Dataset entries
+ + + +

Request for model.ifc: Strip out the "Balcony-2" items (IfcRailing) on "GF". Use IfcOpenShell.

First a look at what the model holds.

```python
import ifcopenshell
import ifcopenshell.util.element

model = ifcopenshell.open("model.ifc")
print(model.schema)
storey = next(s for s in model.by_type("IfcBuildingStorey") if s.Name == "GF")
railings = [e for e in ifcopenshell.util.element.get_decomposition(storey) if e.is_a("IfcRailing")]
seen = {}
for e in railings:
    element_type = ifcopenshell.util.element.get_type(e)
    name = element_type.Name if element_type not in (None, e) else None
    seen[name] = seen.get(name, 0) + 1
for name, count in sorted(seen.items(), key=str):
    print(count, "x", name)
```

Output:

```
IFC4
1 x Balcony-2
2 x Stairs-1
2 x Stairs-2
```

```python
import ifcopenshell
import ifcopenshell.api.root
import ifcopenshell.util.element

model = ifcopenshell.open("model.ifc")

storey = next(s for s in model.by_type("IfcBuildingStorey") if s.Name == "GF")
railings = [e for e in ifcopenshell.util.element.get_decomposition(storey) if e.is_a("IfcRailing")]
targets = [e for e in railings if (t := ifcopenshell.util.element.get_type(e)) not in (None, e) and t.Name == "Balcony-2"]

for e in targets:
    ifcopenshell.api.root.remove_product(model, product=e)
print(len(targets), "removed")

model.write("model_v2.ifc")
```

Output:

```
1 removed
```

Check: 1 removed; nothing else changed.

+ + + +

* _Exercise requirements_: Each record above is to be given again without any change to its wording.

* _Task output_:
Request for model.ifc: Strip out the "Balcony-2" items (IfcRailing) on "GF". Use IfcOpenShell.

First a look at what the model holds.

```python
import ifcopenshell
import ifcopenshell.util.element

model = ifcopenshell.open("model.ifc")
print(model.schema)
storey = next(s for s in model.by_type("IfcBuildingStorey") if s.Name == "GF")
railings = [e for e in ifcopenshell.util.element.get_decomposition(storey) if e.is_a("IfcRailing")]
seen = {}
for e in railings:
    element_type = ifcopenshell.util.element.get_type(e)
    name = element_type.Name if element_type not in (None, e) else None
    seen[name] = seen.get(name, 0) + 1
for name, count in sorted(seen.items(), key=str):
    print(count, "x", name)
```

Output:

```
IFC4
1 x Balcony-2
2 x Stairs-1
2 x Stairs-2
```

```python
import ifcopenshell
import ifcopenshell.api.root
import ifcopenshell.util.element

model = ifcopenshell.open("model.ifc")

storey = next(s for s in model.by_type("IfcBuildingStorey") if s.Name == "GF")
railings = [e for e in ifcopenshell.util.element.get_decomposition(storey) if e.is_a("IfcRailing")]
targets = [e for e in railings if (t := ifcopenshell.util.element.get_type(e)) not in (None, e) and t.Name == "Balcony-2"]

for e in targets:
    ifcopenshell.api.root.remove_product(model, product=e)
print(len(targets), "removed")

model.write("model_v2.ifc")
```

Output:

```
1 removed
```

Check: 1 removed; nothing else changed.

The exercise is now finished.